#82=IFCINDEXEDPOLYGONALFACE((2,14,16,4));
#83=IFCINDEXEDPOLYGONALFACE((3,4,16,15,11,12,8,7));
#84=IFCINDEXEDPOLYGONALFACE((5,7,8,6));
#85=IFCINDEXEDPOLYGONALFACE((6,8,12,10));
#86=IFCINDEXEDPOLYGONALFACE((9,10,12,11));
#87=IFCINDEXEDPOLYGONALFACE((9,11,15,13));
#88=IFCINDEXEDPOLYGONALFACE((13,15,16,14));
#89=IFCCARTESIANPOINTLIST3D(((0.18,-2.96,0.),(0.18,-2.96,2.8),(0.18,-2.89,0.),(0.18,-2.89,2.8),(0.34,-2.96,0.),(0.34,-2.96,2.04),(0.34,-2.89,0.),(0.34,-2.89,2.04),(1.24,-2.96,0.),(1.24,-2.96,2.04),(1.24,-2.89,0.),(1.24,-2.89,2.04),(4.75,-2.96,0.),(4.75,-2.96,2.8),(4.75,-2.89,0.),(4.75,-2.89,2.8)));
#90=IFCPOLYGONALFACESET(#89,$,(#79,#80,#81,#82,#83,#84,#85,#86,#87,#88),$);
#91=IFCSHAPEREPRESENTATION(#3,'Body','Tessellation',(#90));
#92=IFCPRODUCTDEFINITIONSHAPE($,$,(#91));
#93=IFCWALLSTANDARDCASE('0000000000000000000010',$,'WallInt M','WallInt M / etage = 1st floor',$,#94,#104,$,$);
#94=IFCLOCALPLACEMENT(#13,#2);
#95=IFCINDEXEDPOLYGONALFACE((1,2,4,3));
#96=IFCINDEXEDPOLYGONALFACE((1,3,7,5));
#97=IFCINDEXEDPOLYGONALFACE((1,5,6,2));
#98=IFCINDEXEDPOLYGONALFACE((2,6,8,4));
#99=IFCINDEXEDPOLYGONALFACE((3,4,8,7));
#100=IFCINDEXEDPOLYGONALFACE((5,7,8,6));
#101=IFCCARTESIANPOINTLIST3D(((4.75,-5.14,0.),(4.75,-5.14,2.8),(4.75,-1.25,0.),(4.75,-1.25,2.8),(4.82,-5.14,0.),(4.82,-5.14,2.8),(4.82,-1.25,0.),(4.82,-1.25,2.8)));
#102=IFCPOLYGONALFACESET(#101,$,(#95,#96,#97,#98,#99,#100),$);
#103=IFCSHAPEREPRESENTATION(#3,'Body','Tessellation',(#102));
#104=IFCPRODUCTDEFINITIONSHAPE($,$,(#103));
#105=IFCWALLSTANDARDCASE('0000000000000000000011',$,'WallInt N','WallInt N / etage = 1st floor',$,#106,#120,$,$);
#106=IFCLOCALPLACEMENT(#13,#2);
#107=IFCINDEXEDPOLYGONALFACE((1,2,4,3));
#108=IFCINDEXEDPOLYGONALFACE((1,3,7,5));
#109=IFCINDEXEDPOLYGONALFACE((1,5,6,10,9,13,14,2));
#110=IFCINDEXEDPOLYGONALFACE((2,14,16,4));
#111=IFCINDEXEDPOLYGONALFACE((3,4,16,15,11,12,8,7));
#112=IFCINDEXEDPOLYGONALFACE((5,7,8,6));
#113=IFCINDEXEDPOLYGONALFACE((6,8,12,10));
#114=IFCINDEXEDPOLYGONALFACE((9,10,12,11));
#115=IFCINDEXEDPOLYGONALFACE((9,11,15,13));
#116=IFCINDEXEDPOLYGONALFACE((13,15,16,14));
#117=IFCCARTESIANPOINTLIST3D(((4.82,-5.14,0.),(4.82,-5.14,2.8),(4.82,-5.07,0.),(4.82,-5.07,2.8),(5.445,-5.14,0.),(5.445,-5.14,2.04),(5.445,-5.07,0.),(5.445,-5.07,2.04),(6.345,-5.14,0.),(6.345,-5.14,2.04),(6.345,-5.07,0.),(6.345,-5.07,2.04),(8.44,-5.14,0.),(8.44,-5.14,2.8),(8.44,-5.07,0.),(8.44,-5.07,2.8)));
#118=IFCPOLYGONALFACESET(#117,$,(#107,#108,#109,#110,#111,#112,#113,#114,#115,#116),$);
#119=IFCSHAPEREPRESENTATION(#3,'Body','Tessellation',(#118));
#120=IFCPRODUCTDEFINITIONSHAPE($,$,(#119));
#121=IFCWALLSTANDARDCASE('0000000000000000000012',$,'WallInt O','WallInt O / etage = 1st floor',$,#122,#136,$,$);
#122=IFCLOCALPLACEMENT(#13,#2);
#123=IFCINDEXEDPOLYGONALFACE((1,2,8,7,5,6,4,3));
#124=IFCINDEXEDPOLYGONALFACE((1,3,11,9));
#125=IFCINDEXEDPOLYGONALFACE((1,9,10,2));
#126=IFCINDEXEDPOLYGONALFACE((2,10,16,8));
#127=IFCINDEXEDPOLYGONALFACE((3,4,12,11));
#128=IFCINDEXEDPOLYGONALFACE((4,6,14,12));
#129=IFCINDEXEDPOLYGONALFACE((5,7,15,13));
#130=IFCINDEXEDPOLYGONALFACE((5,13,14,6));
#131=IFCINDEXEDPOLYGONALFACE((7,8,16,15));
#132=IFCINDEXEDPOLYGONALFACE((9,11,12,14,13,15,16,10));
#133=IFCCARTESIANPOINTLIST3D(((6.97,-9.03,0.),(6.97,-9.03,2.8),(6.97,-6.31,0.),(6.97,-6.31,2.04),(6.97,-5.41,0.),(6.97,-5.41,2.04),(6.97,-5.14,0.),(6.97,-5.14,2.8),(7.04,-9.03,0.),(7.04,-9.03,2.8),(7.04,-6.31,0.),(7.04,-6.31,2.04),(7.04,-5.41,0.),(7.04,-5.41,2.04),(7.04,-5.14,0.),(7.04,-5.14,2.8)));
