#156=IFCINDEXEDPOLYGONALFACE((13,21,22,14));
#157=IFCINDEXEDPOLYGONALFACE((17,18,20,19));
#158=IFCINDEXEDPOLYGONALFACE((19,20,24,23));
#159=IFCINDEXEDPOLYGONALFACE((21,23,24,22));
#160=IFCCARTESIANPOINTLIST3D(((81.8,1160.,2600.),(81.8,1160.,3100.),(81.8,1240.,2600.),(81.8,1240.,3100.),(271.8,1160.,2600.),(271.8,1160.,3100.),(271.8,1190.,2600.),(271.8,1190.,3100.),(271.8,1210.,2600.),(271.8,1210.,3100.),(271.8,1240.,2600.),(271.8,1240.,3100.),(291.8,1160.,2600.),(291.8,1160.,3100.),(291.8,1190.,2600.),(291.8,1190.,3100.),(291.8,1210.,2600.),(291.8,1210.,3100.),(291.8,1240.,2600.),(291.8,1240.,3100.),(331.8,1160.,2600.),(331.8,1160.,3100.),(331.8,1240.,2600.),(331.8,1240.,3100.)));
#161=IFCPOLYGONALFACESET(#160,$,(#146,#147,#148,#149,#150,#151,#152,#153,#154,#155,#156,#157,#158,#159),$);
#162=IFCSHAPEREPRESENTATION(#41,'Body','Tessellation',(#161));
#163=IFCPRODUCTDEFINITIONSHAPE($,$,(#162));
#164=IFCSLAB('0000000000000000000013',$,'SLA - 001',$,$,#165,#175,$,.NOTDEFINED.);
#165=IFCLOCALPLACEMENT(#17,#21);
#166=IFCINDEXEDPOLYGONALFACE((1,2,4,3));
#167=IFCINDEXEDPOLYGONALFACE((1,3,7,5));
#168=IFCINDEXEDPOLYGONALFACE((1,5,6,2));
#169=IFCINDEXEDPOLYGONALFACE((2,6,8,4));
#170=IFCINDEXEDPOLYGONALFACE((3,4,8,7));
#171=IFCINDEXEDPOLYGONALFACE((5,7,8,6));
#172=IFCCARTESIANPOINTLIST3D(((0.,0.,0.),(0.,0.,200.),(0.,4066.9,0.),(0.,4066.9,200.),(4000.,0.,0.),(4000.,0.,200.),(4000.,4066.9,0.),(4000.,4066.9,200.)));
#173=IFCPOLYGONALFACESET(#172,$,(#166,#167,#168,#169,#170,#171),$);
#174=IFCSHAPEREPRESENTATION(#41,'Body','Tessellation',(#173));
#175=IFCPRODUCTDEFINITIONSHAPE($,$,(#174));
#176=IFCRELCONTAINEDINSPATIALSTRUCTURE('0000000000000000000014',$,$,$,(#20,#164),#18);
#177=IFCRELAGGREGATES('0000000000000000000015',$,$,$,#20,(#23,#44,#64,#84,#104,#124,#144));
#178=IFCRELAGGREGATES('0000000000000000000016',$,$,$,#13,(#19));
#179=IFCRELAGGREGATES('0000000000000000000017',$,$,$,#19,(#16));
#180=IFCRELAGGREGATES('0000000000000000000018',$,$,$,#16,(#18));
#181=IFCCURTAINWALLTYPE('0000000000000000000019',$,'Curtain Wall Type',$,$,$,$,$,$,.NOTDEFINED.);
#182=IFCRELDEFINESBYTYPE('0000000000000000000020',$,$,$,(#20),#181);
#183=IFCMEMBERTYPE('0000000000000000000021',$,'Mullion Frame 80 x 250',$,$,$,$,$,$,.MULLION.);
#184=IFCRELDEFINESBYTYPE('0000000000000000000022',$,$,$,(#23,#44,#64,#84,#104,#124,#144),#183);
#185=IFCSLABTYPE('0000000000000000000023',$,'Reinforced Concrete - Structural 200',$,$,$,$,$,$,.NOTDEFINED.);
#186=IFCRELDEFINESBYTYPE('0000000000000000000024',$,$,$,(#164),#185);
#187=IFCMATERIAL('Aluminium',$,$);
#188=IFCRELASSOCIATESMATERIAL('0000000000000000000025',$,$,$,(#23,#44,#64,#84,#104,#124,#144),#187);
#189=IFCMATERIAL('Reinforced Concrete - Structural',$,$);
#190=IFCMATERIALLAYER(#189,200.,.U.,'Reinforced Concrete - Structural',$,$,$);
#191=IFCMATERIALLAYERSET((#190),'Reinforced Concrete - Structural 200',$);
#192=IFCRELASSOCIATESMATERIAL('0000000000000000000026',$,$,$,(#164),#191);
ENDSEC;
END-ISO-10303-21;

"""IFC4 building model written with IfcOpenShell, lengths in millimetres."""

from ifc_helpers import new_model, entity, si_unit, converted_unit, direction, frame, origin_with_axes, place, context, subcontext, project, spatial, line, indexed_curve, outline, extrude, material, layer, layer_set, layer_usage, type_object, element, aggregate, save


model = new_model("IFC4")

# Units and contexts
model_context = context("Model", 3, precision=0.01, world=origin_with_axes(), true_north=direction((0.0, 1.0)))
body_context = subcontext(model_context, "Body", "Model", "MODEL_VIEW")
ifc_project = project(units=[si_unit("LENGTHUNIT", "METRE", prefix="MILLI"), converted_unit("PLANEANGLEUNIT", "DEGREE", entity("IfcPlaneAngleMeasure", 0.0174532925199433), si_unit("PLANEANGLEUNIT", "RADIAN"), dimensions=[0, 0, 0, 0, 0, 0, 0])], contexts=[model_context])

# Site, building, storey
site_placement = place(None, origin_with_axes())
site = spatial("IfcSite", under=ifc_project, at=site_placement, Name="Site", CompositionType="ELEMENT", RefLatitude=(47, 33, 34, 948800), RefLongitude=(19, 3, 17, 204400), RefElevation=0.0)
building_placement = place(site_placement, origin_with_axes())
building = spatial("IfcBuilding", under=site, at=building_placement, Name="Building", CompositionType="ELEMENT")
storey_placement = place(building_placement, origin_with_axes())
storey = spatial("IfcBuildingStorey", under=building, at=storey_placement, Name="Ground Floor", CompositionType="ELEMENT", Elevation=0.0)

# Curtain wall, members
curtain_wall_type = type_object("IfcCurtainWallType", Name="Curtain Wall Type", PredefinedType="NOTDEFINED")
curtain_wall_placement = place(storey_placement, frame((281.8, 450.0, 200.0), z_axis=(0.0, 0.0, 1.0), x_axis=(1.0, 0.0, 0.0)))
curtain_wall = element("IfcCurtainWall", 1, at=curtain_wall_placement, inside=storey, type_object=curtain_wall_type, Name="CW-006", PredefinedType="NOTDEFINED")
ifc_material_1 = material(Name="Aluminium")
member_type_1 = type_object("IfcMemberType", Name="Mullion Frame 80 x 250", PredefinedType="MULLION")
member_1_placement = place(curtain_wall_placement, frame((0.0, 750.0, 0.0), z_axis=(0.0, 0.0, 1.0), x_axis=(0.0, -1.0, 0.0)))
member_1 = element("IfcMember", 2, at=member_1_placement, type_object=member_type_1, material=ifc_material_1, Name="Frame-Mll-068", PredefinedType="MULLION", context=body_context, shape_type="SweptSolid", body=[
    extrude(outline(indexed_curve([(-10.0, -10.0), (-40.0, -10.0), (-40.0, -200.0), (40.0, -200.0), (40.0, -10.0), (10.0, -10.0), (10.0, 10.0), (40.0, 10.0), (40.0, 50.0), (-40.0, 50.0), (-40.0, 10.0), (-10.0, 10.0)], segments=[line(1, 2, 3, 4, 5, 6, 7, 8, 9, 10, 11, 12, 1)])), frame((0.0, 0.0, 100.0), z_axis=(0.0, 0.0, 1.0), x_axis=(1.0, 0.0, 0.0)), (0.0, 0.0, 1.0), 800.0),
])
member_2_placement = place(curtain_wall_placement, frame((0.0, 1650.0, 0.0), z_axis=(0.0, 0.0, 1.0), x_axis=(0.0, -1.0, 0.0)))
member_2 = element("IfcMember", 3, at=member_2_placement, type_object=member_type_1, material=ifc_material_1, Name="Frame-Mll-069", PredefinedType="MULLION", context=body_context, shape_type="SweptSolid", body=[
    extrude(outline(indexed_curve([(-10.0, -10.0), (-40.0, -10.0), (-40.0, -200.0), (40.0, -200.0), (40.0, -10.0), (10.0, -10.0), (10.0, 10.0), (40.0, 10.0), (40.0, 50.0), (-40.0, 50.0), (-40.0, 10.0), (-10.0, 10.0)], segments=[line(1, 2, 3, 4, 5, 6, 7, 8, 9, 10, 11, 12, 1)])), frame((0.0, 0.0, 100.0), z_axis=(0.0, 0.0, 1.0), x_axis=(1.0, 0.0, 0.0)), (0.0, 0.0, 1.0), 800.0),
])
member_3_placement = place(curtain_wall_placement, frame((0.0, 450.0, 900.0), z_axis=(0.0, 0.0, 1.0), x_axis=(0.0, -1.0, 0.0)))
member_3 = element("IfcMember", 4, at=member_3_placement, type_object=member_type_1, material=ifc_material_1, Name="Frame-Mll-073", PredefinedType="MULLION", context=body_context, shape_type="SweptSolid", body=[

..............................

Starting at the line above that contains "17, 204400), RefElevation=0.0)", write out each line exactly until the line that contains "storey_placement = place(building_placement, origin_with_axes())" has been written, and stop there.

Written answer
site = spatial("IfcSite", under=ifc_project, at=site_placement, Name="Site", CompositionType="ELEMENT", RefLatitude=(47, 33, 34, 948800), RefLongitude=(19, 3, 17, 204400), RefElevation=0.0)
building_placement = place(site_placement, origin_with_axes())
building = spatial("IfcBuilding", under=site, at=building_placement, Name="Building", CompositionType="ELEMENT")
storey_placement = place(building_placement, origin_with_axes())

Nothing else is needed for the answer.